Due to conclude today – with a final, single-elimination showcase event – the competition opened in early May. The Capture the Flag challenge made use of the Multi-Agent Simulation Suite, developed for AFRL by Georgia Tech Research Institute.
May the best AI win
It uses what is described as an “established scrimmage simulator” that was further refined for this challenge to promote ease of use and integration with autonomous AI agents.
Competitors built autonomous agents to control a small swarm of simulated drones and competed head-to-head against other agents to “Capture the Flag” of the opposing team. Successfully capturing the flag and returning it to the capturing team’s home base results in a victory.
According to the AFRL, the scenarios were carefully designed to ensure realistic conditions, and complex behaviours were needed to succeed. It seems the AI agents had to adapt – learn when to use speed versus stealth, when to attack versus defend, and to remember recent events to adapt their strategies accordingly.
In the early stages of the competition, the teams played in “friendly” matches to learn how their agents reacted to the other players’ agents.

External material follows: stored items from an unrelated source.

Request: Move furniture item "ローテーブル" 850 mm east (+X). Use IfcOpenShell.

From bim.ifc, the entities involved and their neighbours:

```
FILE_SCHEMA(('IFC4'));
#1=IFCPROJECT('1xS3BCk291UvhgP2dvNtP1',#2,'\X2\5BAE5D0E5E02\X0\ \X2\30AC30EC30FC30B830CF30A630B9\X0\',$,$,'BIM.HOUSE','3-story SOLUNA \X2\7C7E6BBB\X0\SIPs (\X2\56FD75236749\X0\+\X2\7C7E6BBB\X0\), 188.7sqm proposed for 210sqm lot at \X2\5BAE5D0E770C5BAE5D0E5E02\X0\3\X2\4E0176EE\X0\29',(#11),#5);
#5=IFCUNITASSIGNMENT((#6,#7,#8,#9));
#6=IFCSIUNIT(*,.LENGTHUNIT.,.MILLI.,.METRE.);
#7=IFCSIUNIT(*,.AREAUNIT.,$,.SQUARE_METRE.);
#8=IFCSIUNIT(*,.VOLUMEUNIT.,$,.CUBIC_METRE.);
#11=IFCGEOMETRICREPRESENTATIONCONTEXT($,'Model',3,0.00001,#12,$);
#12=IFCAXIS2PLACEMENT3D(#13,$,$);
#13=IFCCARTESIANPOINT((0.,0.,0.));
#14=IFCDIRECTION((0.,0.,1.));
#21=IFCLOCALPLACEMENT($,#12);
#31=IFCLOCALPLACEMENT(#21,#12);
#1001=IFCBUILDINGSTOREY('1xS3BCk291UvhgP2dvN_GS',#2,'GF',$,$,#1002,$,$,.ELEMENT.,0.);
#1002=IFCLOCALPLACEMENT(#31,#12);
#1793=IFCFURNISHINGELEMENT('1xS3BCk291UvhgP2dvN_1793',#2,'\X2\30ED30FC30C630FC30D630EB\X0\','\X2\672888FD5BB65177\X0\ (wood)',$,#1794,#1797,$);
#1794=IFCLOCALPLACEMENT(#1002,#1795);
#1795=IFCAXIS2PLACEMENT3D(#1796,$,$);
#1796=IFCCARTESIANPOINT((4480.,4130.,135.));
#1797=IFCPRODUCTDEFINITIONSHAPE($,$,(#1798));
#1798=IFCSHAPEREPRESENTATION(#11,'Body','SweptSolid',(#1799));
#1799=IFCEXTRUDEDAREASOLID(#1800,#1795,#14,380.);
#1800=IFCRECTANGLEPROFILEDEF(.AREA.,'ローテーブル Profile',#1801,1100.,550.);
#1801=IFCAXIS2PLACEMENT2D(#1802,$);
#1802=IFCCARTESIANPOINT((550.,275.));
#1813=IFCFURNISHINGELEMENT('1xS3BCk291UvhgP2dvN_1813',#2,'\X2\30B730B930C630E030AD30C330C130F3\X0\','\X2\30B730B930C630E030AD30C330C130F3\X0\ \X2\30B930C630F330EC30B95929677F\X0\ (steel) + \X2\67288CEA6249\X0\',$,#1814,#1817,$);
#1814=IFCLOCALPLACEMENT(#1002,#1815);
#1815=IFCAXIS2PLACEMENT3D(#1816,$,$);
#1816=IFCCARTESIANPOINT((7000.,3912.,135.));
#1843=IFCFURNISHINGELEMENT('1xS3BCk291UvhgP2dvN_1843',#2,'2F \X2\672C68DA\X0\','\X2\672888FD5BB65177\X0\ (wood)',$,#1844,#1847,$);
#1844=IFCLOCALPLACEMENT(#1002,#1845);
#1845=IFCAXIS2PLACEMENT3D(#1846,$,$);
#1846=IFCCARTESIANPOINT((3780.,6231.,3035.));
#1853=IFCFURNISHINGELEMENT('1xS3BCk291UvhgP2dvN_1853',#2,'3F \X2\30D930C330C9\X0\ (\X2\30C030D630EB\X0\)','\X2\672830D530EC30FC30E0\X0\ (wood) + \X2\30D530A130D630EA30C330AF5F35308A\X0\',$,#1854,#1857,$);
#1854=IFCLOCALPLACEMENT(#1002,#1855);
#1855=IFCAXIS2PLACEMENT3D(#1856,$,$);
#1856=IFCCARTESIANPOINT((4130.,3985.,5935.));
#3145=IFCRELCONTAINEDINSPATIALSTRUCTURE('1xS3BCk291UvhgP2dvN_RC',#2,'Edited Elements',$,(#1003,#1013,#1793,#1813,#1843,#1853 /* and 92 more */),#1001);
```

```python
import ifcopenshell
import ifcopenshell.api.geometry
import ifcopenshell.util.placement

model = ifcopenshell.open("bim.ifc")

item = model.by_guid("1xS3BCk291UvhgP2dvN_1793")
matrix = ifcopenshell.util.placement.get_local_placement(item.ObjectPlacement)
matrix[0, 3] += 850.0
ifcopenshell.api.geometry.edit_object_placement(model, product=item, matrix=matrix, is_si=False)

print(ifcopenshell.util.placement.get_local_placement(item.ObjectPlacement).round(3) + 0.0)

model.write("bim_edited.ifc")
```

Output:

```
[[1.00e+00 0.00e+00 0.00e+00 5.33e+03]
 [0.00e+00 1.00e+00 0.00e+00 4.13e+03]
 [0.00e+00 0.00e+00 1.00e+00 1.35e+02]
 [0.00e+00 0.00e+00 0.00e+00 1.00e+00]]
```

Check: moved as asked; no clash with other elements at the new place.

In the above Screenshot of simulated gameplay, the red and blue dots represent opposing flags. The yellow dots are the “swarms” attempting to navigate around the environment (turquoise blocks/buildings) to capture the opposing team’s flag.
“Partners like AFRL and DSTL must deliver operational capability to our Air, Space and Cyber Warfighters who share a culture of urgency to outpace future threats,” said Mick Hitchcock, AFRL’s program manager for the Swarm and Search Capture the Flag Challenge. “The goal of this annual challenge is to attract the best and brightest minds to solve autonomy and AI problems and to spark innovation.”
“The event is less about the technology and more about partnering with DSTL and the university and small businesses engaged in the competition. It’s all about the power of these groups coming together on a common problem and generating innovative ideas that can yield real world solutions.”
Its the second iteration of the programme since it began in 2019.